Experience counts. I am Chairman of Committee on Aviation, so what do you even call banana peels? I do not know and have not seen any banana anywhere, so I don’t think there will be any peel. If there is no banana, there won’t be any peel.

 

Have you tried to rally women to your side as there is this insinuation that women rarely support their ilk?

I am a woman and I have been supporting women all my life from widows to less-privileged, underage girls and those with different challenges and I am a woman and have not seen myself go against any woman so how do I believe that women are not supporting themselves and any woman will go against me? I don’t believe that.

How are you handling the Hon. Femi Gbajabiamila factor and the decision of the party?

He was Minority Leader before and as I speak, he is the Leader of the House. The way to handle him is just to advise him that as a leader of the eight Assembly that he should advise the party properly based on the constitution of the Federal Republic of Nigeria which he swore to uphold.

 

Declaring interest on the Speakership seems to go against the general perception that the party has some preferred candidates?

The party has right to a preferred candidate and that is why I am still talking with the party, to everyone and even you to say we need to go back to the drawing board and look at this issue critically because there is no way anybody would think that South-east would not reckon because we are part of Nigeria and the president said he would include all the zones and that he is going to run an all-inclusive government. I am not saying anything new from what the president has said and peradventure the party did not hear him, I am reminding the party that this is what the president said and so you have to help the president to move the country to the next level with APC (All Progressives Congress) which is what my own party is preaching and becoming the Speaker is part of moving the country to the next level. That is about including all geopolitical zones and including women. Our party also said that when they were campaigning.

How will you strike a balance between opposition parties in the House and your party?

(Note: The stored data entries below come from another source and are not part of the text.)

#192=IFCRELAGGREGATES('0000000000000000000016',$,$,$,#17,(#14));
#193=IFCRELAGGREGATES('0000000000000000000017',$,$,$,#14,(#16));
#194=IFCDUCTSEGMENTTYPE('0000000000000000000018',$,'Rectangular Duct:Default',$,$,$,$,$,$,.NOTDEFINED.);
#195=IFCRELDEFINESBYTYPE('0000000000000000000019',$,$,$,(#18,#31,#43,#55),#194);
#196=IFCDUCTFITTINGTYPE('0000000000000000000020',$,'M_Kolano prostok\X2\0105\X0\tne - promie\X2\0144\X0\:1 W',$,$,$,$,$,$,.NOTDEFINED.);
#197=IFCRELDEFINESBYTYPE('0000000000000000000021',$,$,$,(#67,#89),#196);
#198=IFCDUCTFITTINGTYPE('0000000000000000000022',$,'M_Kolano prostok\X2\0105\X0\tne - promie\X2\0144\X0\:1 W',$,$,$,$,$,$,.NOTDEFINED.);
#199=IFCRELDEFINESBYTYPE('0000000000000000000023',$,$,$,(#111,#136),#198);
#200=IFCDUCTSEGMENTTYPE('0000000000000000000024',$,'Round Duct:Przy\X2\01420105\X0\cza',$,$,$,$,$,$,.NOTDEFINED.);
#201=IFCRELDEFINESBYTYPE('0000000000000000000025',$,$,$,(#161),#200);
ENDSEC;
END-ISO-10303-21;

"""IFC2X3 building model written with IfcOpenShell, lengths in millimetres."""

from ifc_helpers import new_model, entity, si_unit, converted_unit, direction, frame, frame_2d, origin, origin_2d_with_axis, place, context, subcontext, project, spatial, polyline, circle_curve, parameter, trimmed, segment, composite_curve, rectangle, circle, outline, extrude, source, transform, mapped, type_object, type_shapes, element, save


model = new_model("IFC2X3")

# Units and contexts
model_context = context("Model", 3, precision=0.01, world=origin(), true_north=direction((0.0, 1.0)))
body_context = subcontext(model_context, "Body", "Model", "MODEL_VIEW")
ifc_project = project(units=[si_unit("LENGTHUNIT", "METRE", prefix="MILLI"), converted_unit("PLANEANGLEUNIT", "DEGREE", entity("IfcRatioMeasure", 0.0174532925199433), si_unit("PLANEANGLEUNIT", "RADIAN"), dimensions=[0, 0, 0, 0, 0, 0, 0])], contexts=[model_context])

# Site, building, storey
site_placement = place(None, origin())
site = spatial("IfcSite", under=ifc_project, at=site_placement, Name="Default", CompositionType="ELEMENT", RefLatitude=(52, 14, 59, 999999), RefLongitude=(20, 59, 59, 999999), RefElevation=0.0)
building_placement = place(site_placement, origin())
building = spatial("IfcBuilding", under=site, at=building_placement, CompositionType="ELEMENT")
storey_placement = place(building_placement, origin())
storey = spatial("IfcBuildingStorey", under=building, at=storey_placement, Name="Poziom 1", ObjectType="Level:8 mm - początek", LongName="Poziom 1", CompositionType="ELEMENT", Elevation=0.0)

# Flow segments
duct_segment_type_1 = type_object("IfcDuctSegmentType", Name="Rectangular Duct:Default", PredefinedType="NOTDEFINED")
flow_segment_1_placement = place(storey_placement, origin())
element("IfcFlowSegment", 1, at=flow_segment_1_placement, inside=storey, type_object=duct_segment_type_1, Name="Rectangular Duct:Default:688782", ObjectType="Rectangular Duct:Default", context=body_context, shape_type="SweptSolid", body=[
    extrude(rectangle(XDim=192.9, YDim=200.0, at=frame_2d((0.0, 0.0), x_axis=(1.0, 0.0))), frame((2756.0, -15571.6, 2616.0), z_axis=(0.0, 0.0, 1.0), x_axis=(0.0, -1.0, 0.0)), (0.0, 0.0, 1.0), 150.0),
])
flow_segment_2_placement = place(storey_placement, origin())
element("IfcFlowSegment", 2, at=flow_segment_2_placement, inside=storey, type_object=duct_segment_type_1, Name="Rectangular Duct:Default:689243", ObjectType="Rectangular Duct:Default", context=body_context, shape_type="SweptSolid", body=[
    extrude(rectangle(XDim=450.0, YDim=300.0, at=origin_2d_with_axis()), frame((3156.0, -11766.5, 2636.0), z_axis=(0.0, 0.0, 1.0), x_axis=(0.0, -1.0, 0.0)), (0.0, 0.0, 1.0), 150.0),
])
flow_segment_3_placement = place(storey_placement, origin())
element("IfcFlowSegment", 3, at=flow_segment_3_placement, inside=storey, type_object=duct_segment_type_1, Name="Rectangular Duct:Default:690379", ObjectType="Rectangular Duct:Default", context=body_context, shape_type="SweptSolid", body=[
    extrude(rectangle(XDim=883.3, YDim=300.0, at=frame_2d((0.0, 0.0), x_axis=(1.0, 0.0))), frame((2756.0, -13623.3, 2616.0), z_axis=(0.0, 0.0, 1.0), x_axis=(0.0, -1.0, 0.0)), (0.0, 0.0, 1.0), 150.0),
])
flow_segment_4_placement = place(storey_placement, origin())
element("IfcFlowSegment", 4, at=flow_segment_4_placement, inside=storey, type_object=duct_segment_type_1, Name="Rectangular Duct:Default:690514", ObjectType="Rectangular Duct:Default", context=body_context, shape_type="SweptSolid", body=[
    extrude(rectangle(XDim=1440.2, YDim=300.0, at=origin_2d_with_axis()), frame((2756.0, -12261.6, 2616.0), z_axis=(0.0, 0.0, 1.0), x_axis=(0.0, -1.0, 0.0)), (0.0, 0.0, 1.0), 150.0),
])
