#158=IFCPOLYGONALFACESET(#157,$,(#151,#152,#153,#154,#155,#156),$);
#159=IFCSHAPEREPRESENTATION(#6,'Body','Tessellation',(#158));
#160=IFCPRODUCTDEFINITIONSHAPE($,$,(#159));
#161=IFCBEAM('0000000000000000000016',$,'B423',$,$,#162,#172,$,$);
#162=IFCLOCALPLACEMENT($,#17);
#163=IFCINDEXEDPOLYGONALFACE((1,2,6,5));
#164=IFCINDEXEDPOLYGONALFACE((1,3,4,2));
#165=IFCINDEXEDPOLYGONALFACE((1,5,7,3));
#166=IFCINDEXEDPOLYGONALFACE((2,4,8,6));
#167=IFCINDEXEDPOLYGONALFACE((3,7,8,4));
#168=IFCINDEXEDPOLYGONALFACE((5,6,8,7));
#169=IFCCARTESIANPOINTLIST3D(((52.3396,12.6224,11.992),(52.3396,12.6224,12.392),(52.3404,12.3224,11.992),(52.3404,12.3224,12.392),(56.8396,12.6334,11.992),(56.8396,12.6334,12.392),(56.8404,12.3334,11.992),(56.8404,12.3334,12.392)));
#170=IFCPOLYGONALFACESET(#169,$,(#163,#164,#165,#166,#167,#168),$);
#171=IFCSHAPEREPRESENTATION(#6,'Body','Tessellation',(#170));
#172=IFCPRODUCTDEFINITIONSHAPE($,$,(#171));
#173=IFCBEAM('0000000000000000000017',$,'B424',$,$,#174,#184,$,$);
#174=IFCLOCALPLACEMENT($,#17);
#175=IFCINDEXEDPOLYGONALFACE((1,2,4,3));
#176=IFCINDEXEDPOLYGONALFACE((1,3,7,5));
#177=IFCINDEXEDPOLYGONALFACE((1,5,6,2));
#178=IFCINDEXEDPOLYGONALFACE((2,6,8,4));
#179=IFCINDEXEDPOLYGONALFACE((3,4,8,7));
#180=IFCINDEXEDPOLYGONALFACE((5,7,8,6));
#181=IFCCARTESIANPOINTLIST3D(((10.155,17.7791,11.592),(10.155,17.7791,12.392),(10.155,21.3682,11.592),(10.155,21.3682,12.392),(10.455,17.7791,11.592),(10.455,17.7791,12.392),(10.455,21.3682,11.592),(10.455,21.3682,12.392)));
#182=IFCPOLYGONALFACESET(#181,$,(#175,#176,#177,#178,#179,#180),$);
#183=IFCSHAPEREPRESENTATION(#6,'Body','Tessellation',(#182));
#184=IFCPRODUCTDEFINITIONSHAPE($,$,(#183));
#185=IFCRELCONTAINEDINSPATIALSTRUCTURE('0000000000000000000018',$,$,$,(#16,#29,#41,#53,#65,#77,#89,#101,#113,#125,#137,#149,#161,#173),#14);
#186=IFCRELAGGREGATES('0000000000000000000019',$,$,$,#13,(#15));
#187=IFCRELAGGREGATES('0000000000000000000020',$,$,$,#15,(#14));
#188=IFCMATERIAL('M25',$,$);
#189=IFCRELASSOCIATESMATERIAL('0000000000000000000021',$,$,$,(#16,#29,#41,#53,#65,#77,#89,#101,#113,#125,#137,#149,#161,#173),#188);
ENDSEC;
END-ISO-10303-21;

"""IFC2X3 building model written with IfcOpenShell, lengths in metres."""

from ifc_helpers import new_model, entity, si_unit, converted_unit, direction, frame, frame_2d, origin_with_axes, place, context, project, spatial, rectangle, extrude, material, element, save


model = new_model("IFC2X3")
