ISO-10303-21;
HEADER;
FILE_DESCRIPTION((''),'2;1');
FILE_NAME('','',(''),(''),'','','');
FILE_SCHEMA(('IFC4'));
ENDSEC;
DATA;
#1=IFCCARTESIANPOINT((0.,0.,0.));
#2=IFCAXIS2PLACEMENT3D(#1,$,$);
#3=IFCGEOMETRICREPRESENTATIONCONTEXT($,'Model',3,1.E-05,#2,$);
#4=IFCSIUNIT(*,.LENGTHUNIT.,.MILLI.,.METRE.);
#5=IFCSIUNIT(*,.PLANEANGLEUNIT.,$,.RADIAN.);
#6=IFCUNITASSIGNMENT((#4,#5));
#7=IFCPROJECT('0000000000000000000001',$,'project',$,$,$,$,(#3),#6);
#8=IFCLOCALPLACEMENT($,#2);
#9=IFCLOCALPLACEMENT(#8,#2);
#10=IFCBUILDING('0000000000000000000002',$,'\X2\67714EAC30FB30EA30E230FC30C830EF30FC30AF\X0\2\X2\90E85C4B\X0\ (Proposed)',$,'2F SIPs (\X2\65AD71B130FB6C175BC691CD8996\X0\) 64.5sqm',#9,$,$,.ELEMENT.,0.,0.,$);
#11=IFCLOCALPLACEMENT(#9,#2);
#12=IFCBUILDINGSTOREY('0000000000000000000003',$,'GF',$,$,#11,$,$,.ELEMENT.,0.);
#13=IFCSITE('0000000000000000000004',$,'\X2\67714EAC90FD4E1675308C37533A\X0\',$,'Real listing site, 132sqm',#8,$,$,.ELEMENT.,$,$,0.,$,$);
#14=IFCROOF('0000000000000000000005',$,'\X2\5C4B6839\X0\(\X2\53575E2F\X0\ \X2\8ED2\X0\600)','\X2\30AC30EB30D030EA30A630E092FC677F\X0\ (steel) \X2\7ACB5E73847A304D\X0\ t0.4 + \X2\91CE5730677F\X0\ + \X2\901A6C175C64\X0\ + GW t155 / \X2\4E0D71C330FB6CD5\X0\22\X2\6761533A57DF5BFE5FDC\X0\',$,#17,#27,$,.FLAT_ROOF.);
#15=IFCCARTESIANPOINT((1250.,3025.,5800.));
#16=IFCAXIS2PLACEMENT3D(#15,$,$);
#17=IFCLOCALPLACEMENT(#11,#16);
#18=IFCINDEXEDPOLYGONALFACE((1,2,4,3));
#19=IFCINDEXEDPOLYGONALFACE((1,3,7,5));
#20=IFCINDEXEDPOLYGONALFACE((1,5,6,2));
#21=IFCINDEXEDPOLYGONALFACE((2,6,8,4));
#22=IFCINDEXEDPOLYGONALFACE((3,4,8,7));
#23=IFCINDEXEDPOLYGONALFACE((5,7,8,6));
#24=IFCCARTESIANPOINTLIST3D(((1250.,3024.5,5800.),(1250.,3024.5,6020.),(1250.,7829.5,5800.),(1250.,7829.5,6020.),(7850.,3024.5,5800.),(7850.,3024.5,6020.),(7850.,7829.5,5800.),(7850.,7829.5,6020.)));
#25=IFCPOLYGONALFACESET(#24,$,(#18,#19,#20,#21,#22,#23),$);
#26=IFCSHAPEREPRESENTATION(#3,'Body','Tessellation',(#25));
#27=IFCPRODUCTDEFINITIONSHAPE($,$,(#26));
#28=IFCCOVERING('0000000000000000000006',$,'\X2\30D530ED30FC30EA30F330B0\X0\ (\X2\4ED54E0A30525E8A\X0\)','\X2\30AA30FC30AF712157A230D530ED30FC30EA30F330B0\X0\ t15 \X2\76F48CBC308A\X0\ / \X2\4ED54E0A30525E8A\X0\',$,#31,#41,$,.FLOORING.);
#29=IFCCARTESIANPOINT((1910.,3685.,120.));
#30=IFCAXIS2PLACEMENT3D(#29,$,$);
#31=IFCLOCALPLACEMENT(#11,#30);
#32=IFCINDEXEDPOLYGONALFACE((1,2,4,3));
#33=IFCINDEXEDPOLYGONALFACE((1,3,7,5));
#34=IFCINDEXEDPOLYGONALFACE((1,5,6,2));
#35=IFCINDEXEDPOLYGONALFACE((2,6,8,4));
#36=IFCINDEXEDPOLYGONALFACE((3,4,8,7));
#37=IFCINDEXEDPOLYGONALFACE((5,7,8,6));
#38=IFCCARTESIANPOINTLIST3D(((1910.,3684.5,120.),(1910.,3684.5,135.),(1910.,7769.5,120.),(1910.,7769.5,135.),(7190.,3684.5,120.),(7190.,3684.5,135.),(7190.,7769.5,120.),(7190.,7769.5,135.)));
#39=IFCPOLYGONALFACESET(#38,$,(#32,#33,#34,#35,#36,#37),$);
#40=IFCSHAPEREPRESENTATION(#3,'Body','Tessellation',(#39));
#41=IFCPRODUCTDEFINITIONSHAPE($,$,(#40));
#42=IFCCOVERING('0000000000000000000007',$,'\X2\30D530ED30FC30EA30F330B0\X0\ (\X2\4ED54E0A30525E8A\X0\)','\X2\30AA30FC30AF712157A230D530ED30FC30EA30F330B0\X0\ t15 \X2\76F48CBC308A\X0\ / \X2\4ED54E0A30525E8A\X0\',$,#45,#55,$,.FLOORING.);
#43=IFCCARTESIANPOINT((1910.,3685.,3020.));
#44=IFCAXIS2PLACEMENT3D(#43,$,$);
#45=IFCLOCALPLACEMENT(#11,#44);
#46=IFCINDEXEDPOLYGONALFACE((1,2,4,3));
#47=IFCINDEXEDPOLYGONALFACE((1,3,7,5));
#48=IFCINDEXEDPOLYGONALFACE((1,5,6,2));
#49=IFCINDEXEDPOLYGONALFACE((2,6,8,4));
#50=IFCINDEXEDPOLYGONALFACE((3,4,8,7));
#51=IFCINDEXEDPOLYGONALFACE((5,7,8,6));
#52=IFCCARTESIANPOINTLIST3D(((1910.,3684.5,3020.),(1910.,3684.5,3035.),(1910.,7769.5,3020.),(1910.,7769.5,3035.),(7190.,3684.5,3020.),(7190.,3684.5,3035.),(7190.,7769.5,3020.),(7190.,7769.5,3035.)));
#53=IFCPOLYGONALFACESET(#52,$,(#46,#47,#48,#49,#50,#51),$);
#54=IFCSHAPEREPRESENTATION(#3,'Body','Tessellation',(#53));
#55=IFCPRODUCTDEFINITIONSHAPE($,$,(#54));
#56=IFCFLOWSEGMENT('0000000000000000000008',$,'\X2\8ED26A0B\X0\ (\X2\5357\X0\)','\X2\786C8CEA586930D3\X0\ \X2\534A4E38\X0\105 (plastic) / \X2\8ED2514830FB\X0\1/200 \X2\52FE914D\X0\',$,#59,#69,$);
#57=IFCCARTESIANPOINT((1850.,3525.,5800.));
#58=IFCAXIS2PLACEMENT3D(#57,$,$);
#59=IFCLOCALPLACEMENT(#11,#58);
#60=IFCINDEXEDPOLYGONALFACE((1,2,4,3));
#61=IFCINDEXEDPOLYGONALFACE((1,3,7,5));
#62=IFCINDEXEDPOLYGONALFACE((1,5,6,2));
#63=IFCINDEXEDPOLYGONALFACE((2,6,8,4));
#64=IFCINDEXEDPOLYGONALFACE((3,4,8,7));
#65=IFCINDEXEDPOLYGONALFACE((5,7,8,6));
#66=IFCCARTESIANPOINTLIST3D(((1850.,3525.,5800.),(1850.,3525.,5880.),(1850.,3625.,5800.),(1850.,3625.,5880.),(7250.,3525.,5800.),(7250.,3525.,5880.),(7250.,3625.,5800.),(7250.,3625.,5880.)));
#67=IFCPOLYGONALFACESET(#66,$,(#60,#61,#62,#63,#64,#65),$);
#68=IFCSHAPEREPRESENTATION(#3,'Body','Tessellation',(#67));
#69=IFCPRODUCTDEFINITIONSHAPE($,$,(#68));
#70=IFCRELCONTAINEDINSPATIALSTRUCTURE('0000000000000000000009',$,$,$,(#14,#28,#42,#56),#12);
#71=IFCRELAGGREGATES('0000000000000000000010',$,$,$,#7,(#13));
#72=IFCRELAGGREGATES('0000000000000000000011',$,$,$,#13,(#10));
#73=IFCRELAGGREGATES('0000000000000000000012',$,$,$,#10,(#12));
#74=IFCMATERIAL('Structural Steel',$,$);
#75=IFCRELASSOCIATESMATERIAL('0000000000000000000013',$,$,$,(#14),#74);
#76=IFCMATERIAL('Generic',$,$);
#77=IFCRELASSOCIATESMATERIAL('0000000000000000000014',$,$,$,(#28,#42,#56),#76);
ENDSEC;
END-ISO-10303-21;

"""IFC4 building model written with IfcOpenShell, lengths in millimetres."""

from ifc_helpers import new_model, si_unit, frame, frame_2d, origin, place, context, project, spatial, rectangle, extrude, material, element, save


model = new_model("IFC4")

# Units and contexts
model_context = context("Model", 3, precision=1e-05, world=origin())
ifc_project = project(units=[si_unit("LENGTHUNIT", "METRE", prefix="MILLI"), si_unit("PLANEANGLEUNIT", "RADIAN")], contexts=[model_context])

# Site, building, storey
site_placement = place(None, origin())
site = spatial("IfcSite", under=ifc_project, at=site_placement, Name="東京都世田谷区", ObjectType="Real listing site, 132sqm", CompositionType="ELEMENT", RefElevation=0.0)
building_placement = place(site_placement, origin())
building = spatial("IfcBuilding", under=site, at=building_placement, Name="東京・リモートワーク2部屋 (Proposed)", ObjectType="2F SIPs (断熱・気密重視) 64.5sqm", CompositionType="ELEMENT", ElevationOfRefHeight=0.0, ElevationOfTerrain=0.0)
storey_placement = place(building_placement, origin())
storey = spatial("IfcBuildingStorey", under=building, at=storey_placement, Name="GF", CompositionType="ELEMENT", Elevation=0.0)

# Roof
ifc_material_1 = material(Name="Structural Steel")
for number, where, name in (
    (1, (1250.0, 3025.0, 5800.0), "屋根(南帯 軒600)"),
):
    element("IfcRoof", number, at=place(storey_placement, frame(where)), inside=storey, material=ifc_material_1, Name=name, Description="ガルバリウム鋼板 (steel) 立平葺き t0.4 + 野地板 + 通気層 + GW t155 / 不燃・法22条区域対応", PredefinedType="FLAT_ROOF", context=model_context, shape_type="SweptSolid", body=[
        extrude(rectangle(XDim=6600.0, YDim=4805.0, at=frame_2d((3300.0, 2402.0))), frame((1250.0, 3025.0, 5800.0)), (0.0, 0.0, 1.0), 220.0),
    ])

# Coverings
ifc_material_2 = material(Name="Generic")
covering_1_placement = place(storey_placement, frame((1910.0, 3685.0, 120.0)))
element("IfcCovering", 2, at=covering_1_placement, inside=storey, material=ifc_material_2, Name="フローリング (仕上げ床)", Description="オーク無垢フローリング t15 直貼り / 仕上げ床", PredefinedType="FLOORING", context=model_context, shape_type="SweptSolid", body=[
    extrude(rectangle(XDim=5280.0, YDim=4085.0, at=frame_2d((2640.0, 2042.0))), frame((1910.0, 3685.0, 120.0)), (0.0, 0.0, 1.0), 15.0),
])
covering_2_placement = place(storey_placement, frame((1910.0, 3685.0, 3020.0)))
element("IfcCovering", 3, at=covering_2_placement, inside=storey, material=ifc_material_2, Name="フローリング (仕上げ床)", Description="オーク無垢フローリング t15 直貼り / 仕上げ床", PredefinedType="FLOORING", context=model_context, shape_type="SweptSolid", body=[
    extrude(rectangle(XDim=5280.0, YDim=4085.0, at=frame_2d((2640.0, 2042.0))), frame((1910.0, 3685.0, 3020.0)), (0.0, 0.0, 1.0), 15.0),
])

# Flow segment
flow_segment_placement = place(storey_placement, frame((1850.0, 3525.0, 5800.0)))
element("IfcFlowSegment", 4, at=flow_segment_placement, inside=storey, material=ifc_material_2, Name="軒樋 (南)", Description="硬質塩ビ 半丸105 (plastic) / 軒先・1/200 勾配", context=model_context, shape_type="SweptSolid", body=[
    extrude(rectangle(XDim=5400.0, YDim=100.0, at=frame_2d((2700.0, 50.0))), frame((1850.0, 3525.0, 5800.0)), (0.0, 0.0, 1.0), 80.0),
])

save(model, "model.ifc")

In the National Assembly, once you are elected you are representing 360 constituencies and these people are Nigerians and there is no balance to strike, people are treated on who they are, that is why once you form the ninth Assembly, you set up a committee on Rules and Business where you also have selection committee where every member that is elected will go and submit their preferences because you will see people who are coming from different professions. Somebody may want to be in Information Committee, another person may want to be in the Judiciary Committee and another person, Agriculture. That Selection Committee must be represented by at least one person from each state. There are rules and if you check chapter 2, section 14(3) of the 1999 Constituency you will see where it said that even in sharing offices, including National  Assembly, that you will not share it in such a way that one ethnic group would be predominant against the others. That is the constitution, justice according to law.

What is your understanding of the independence of the legislature from the standpoint of you being a Speaker?

What I understand is that you have three arms of government that should be independent of each other to ensure checks and balances but they should have Nigeria as their focal point so that everything they do should be in the interest of Nigeria. That means there must be collaboration. Parliament cannot work in isolation.

 

As Speaker, what would be your contribution in stabilising the polity?

We have 360 members and constituencies, everyone will bring his expertise to the table to ensure that there is no fear or favour in issues of policy of government.

 

What is your message to fellow House members?

I am putting myself forward, they should vote me and voting me means we believe in one Nigeria inclusive of all sections.